Ultrasound Obstet Gynecol. 2000 Mar;15(3):231-41. doi: 10.1046/j.1469-0705.2000.00066.x.
To present our experience in the prenatal diagnosis of anomalies of fetal veins using high-resolution color Doppler ultrasound.
An observational study of 16 fetuses with abnormalities of the umbilical, portal, hepatic and caval venous system being diagnosed at the Division of Prenatal Diagnosis and Therapy (Bonn, Germany) over the past 5 years. The abnormality of the venous system, the underlying embryologic disorder and the outcome of the pregnancy are presented and compared with the literature.
In group A, eight fetuses had an abnormal course of the umbilical vein with a patent (n = 3) or absent (n = 5) ductus venosus. No portal veins and absent or abnormal hepatic veins were visualized by color Doppler sonography. Six fetuses (75%) did not have an associated malformation and have survived. Two pregnancies with fetal hydrops due to a small heart and to Turner's syndrome were terminated or ended in fetal demise. In group B, seven of eight fetuses with an abnormal caval system had a situs ambiguus or an atrial isomerism. A cardiac defect was detected in six cases (86%). These six pregnancies ended in four terminations of pregnancy and two infant deaths due to the severity of the congenital cardiac defect. One child with a normal heart and a child with an isolated abnormal course of the lower inferior vena cava are developing well.

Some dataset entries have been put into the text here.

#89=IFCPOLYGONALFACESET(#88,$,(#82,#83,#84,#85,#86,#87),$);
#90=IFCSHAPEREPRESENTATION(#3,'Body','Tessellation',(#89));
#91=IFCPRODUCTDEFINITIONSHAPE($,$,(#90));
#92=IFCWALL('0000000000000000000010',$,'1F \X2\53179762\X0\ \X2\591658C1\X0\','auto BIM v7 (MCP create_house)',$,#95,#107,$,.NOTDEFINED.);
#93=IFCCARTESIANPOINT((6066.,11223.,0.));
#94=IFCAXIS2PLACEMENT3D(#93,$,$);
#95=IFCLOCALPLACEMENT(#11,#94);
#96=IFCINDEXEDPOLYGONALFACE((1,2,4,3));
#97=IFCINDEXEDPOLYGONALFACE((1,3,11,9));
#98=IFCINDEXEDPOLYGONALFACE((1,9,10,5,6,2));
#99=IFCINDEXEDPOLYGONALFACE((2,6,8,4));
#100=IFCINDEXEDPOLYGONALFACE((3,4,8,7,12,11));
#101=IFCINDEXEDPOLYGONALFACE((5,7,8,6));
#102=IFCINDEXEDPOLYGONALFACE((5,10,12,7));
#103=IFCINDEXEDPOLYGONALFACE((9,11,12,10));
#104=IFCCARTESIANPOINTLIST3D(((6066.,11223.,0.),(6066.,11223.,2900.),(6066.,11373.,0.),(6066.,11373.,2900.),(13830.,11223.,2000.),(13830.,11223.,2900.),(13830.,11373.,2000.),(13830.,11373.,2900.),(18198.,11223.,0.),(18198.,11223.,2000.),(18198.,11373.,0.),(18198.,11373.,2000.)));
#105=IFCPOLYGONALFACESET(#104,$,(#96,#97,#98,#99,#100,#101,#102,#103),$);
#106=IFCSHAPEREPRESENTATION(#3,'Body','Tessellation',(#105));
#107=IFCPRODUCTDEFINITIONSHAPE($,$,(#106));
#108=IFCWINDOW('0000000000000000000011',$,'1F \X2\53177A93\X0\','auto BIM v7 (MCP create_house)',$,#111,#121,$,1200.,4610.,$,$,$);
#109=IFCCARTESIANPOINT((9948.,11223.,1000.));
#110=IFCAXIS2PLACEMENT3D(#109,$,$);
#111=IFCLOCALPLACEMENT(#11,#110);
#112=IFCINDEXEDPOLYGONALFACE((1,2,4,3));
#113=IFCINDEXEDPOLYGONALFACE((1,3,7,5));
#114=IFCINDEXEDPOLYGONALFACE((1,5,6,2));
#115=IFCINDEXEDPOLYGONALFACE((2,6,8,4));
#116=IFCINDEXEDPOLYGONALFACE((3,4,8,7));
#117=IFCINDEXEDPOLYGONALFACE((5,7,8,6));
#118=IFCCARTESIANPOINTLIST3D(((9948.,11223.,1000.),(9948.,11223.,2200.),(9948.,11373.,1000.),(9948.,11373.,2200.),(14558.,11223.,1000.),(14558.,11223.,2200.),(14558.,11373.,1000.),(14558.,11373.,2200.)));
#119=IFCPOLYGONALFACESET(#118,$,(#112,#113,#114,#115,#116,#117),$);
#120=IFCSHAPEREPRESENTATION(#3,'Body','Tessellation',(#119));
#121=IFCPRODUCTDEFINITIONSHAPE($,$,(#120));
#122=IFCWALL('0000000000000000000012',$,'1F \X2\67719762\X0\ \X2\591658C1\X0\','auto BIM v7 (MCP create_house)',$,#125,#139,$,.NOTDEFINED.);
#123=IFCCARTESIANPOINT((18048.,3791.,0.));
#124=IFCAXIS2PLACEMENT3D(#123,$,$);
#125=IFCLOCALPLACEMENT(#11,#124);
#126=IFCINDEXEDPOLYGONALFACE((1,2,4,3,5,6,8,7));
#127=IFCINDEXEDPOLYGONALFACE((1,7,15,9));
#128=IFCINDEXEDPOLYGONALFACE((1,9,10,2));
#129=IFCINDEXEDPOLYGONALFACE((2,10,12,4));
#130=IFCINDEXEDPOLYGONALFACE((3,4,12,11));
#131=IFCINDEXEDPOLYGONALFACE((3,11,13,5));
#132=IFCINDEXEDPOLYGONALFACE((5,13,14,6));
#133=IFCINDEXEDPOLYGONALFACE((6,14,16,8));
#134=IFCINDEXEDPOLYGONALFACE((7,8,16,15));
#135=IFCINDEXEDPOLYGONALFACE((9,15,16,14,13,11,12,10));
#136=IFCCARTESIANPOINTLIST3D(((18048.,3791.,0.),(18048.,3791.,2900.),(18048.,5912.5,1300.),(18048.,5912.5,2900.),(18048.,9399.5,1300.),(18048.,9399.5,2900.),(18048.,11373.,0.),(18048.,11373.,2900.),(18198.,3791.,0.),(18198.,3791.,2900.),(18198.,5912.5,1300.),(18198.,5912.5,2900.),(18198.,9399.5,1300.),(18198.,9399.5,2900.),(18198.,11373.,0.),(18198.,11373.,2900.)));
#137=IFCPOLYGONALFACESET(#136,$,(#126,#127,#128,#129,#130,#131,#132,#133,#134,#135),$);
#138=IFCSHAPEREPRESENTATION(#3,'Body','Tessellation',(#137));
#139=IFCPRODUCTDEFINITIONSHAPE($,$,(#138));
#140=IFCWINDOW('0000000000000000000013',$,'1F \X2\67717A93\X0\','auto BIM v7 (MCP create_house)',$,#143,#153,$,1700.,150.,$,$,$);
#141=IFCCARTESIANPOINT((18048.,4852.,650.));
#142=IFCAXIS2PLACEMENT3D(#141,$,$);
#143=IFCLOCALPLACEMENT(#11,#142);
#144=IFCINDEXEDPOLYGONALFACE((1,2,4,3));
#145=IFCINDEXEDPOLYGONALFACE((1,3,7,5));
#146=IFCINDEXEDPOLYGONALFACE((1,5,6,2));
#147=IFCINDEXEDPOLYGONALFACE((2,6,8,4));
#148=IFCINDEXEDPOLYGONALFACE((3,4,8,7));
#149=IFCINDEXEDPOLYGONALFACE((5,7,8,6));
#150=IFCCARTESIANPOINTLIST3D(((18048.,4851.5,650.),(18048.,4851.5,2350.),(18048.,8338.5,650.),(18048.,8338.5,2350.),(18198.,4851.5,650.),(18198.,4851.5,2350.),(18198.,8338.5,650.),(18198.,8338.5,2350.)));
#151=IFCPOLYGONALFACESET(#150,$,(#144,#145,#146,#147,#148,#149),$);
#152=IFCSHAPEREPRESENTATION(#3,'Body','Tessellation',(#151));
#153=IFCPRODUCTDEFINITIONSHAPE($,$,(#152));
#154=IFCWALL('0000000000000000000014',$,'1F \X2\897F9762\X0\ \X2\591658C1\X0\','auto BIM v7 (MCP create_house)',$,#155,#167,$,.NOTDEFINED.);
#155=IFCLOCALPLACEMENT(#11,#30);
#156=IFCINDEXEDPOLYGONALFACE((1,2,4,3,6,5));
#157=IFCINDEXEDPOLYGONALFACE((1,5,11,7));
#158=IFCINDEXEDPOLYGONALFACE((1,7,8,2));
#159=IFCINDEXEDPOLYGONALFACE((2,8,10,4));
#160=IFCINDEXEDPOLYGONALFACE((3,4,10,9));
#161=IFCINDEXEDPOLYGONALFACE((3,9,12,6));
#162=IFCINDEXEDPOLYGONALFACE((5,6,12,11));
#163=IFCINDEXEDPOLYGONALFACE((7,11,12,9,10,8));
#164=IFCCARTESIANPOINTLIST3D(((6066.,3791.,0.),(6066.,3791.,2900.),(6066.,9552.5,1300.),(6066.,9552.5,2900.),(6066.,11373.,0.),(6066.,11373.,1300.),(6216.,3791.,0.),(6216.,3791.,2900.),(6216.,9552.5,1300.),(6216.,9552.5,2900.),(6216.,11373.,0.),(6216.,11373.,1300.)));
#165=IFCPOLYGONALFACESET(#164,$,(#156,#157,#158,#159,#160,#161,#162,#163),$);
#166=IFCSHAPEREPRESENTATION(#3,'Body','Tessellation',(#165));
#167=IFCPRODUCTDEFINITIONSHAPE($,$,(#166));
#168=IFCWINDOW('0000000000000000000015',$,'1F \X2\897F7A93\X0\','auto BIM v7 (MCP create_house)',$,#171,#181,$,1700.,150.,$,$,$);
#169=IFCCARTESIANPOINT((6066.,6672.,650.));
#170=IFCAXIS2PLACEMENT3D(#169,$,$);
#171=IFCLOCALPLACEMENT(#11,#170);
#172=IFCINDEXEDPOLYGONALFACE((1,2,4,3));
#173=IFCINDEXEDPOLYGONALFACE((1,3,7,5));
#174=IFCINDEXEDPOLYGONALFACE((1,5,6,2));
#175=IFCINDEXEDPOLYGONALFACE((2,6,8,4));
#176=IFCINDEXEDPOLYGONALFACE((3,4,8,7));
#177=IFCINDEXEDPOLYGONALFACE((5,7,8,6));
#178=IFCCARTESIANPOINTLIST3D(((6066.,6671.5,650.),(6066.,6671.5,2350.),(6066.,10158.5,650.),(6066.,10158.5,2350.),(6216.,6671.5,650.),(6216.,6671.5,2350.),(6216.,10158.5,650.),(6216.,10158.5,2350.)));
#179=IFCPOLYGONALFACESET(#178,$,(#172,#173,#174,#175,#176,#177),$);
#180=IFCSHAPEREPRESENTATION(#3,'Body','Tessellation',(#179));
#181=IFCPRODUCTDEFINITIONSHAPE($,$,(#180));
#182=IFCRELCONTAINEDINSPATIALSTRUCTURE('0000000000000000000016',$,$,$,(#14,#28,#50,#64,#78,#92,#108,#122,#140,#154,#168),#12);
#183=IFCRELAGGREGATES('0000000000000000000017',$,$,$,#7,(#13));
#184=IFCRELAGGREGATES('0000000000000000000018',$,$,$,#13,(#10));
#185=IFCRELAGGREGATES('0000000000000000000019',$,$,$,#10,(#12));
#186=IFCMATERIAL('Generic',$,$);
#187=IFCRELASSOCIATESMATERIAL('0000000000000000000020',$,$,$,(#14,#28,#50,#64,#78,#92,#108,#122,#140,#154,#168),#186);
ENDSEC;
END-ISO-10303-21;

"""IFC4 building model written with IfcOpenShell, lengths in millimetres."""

In a targeted fetal scan the course of the umbilical vein, ductus venosus, the portal and hepatic veins and inferior vena cava should be carefully examined using color Doppler. Any suspicious finding should be followed by a detailed assessment of the specificity of this abnormality taking into consideration the embryologic development of the fetal venous system together with the associated malformations.
介绍我们使用高分辨率彩色多普勒超声对胎儿静脉异常进行产前诊断的经验。
一项观察性研究,对过去5年在德国波恩产前诊断与治疗科诊断出的16例脐静脉、门静脉、肝静脉和腔静脉系统异常的胎儿进行研究。介绍静脉系统异常、潜在的胚胎学紊乱及妊娠结局,并与文献进行比较。

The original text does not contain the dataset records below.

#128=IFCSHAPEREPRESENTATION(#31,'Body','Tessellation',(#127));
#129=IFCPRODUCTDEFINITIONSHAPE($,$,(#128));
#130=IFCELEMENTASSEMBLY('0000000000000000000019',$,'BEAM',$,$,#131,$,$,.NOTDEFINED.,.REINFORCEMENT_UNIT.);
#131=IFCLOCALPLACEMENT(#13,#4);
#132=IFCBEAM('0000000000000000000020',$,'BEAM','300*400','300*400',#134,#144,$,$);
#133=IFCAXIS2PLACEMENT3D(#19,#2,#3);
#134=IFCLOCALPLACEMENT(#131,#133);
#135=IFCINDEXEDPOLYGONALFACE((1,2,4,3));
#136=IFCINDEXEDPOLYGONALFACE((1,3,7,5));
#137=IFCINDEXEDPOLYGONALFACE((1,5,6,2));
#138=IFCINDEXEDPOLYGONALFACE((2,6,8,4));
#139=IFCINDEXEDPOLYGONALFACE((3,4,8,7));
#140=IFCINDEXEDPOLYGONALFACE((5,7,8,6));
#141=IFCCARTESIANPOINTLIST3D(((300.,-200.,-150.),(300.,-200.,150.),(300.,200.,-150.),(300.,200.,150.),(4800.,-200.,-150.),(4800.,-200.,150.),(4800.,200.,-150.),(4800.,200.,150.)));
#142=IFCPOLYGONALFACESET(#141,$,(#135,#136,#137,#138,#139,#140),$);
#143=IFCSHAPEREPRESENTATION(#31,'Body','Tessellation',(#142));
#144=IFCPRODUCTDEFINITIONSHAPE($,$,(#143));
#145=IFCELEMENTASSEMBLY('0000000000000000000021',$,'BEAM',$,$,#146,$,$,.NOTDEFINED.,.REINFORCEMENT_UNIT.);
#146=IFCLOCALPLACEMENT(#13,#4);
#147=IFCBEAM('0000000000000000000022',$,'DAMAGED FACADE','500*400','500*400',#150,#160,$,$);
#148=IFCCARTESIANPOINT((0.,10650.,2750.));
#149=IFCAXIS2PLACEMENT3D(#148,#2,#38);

在A组中,8例胎儿脐静脉走行异常,静脉导管开放(3例)或缺如(5例)。彩色多普勒超声未显示门静脉,肝静脉缺如或异常。6例胎儿(75%)无相关畸形且存活。2例因心脏小和特纳综合征导致胎儿水肿的妊娠终止或胎儿死亡。在B组中,8例腔静脉系统异常的胎儿中有7例存在心尖移位或心房异构。6例(86%)检测到心脏缺陷。由于先天性心脏缺陷严重,这6例妊娠中有4例终止妊娠,2例婴儿死亡。1例心脏正常的儿童和1例下腔静脉孤立异常走行的儿童发育良好。
在有针对性的胎儿扫描中,应使用彩色多普勒仔细检查脐静脉、静脉导管、门静脉、肝静脉和下腔静脉的走行。任何可疑发现都应在考虑胎儿静脉系统的胚胎发育及相关畸形的情况下,对该异常的特异性进行详细评估。